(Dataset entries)
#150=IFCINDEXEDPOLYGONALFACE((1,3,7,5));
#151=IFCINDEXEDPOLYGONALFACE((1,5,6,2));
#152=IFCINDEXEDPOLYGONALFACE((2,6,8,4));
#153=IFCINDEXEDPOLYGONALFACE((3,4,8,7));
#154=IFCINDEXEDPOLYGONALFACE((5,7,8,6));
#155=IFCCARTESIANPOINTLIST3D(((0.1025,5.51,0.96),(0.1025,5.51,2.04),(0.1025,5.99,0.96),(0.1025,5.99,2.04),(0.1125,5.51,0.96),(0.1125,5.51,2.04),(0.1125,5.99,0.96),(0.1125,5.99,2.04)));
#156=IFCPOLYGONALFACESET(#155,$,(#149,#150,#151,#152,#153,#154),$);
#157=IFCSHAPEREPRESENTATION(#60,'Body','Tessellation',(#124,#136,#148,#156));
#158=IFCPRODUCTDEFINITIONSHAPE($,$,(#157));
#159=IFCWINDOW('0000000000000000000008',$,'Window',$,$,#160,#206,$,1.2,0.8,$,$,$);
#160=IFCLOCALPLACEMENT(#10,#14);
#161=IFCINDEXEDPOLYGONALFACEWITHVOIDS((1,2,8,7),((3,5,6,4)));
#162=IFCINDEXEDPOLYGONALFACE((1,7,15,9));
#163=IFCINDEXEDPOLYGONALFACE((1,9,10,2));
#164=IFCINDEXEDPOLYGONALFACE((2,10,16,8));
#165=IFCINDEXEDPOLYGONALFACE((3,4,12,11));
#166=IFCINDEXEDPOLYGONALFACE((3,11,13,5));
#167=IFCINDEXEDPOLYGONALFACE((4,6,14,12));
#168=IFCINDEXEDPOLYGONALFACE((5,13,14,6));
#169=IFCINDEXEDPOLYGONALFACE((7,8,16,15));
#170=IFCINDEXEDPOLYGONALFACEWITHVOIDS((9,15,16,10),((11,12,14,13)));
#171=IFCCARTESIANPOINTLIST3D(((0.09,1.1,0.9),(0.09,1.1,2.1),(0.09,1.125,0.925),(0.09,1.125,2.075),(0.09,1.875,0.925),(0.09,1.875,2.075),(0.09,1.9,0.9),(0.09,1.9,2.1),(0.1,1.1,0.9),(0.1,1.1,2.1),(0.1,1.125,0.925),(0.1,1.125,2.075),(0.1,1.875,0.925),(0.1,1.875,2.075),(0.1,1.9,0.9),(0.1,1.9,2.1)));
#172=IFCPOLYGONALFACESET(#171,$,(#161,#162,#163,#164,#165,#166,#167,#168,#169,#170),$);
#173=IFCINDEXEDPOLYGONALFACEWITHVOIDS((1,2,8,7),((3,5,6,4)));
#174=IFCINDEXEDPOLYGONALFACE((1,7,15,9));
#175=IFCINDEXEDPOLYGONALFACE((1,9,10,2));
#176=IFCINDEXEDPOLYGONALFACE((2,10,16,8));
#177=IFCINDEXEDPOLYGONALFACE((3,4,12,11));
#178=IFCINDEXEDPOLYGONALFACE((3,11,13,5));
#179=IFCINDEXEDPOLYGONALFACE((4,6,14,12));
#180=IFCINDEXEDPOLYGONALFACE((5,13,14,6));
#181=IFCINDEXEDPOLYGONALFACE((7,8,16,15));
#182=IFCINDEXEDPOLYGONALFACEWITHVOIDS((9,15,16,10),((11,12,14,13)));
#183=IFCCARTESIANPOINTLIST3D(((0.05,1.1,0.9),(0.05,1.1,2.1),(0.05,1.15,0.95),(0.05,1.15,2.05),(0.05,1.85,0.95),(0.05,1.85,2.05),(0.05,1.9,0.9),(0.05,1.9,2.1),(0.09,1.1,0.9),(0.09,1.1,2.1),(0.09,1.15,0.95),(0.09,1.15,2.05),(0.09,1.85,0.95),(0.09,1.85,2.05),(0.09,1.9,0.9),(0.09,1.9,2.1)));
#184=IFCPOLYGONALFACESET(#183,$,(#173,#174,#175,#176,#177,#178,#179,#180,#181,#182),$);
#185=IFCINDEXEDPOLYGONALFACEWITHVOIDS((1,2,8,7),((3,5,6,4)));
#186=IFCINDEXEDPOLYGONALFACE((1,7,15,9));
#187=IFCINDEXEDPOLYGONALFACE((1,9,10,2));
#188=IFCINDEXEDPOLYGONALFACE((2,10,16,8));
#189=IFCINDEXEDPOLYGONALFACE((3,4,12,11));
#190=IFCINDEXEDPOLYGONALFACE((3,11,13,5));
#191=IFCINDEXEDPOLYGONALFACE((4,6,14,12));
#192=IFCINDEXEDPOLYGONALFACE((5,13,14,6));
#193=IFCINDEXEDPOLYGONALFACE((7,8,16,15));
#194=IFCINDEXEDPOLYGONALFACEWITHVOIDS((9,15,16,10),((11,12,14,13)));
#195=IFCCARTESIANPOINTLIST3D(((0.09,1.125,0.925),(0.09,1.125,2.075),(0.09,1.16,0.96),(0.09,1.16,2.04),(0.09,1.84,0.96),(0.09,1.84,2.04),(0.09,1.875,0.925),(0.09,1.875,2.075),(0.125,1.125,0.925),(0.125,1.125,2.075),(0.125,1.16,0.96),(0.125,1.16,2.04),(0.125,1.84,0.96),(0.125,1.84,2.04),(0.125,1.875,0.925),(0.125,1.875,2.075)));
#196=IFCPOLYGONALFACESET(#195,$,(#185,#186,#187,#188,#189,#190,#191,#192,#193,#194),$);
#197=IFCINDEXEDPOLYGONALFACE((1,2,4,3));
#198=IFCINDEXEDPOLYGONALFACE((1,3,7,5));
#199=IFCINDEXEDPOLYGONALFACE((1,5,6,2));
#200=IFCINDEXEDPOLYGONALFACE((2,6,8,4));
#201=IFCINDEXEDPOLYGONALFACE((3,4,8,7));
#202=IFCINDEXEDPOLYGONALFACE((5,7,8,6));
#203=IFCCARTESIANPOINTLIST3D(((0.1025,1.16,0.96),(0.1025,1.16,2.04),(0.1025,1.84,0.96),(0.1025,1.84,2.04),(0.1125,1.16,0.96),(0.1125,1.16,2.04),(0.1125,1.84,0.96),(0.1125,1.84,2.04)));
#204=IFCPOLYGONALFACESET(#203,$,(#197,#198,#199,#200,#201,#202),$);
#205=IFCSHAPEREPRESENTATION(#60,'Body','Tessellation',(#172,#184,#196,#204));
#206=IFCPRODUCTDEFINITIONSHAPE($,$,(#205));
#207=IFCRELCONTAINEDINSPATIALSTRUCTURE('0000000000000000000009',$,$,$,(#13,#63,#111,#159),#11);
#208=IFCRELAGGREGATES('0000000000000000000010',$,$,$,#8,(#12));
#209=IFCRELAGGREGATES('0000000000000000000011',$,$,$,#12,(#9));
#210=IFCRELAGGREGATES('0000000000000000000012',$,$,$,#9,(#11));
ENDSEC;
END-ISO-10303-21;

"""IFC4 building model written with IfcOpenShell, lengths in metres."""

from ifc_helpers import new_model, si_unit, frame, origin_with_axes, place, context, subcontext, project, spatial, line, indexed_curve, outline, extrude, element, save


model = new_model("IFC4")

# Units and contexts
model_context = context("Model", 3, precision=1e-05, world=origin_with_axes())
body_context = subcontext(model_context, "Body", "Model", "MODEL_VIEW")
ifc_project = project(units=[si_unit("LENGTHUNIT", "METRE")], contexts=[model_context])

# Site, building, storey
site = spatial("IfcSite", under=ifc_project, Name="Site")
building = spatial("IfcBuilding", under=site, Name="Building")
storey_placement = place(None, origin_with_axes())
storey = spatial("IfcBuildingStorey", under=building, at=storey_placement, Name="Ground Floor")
--
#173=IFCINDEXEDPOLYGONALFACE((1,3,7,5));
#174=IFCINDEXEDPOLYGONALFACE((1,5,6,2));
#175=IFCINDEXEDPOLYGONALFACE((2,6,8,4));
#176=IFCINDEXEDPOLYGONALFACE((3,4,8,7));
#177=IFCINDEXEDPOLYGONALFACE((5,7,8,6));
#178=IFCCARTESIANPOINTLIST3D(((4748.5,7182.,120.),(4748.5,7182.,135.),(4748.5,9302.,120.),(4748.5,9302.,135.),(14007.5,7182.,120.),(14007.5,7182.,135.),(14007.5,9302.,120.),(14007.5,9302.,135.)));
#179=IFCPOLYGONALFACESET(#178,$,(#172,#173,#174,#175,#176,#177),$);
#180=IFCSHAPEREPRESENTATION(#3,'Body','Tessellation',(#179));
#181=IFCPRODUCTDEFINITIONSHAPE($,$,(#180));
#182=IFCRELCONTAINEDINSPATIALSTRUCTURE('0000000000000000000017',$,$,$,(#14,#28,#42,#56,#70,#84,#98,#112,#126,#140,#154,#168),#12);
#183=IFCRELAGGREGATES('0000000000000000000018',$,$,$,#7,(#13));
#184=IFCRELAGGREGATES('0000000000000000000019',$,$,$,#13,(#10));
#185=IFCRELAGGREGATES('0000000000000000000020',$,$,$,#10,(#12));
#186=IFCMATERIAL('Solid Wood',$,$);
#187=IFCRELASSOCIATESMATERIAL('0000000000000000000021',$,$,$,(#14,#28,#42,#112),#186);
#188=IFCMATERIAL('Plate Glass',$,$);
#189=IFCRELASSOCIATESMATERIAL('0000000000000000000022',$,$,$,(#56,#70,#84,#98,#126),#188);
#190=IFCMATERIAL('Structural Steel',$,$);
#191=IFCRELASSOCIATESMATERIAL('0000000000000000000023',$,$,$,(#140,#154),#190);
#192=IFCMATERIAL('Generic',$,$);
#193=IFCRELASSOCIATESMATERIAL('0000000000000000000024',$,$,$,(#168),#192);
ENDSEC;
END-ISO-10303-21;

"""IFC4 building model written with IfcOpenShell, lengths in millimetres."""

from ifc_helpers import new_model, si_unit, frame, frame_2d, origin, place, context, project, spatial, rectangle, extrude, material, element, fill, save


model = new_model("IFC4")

The task:
The answer must be one number, the count of lines above that hold the word "contexts".

The answer:
2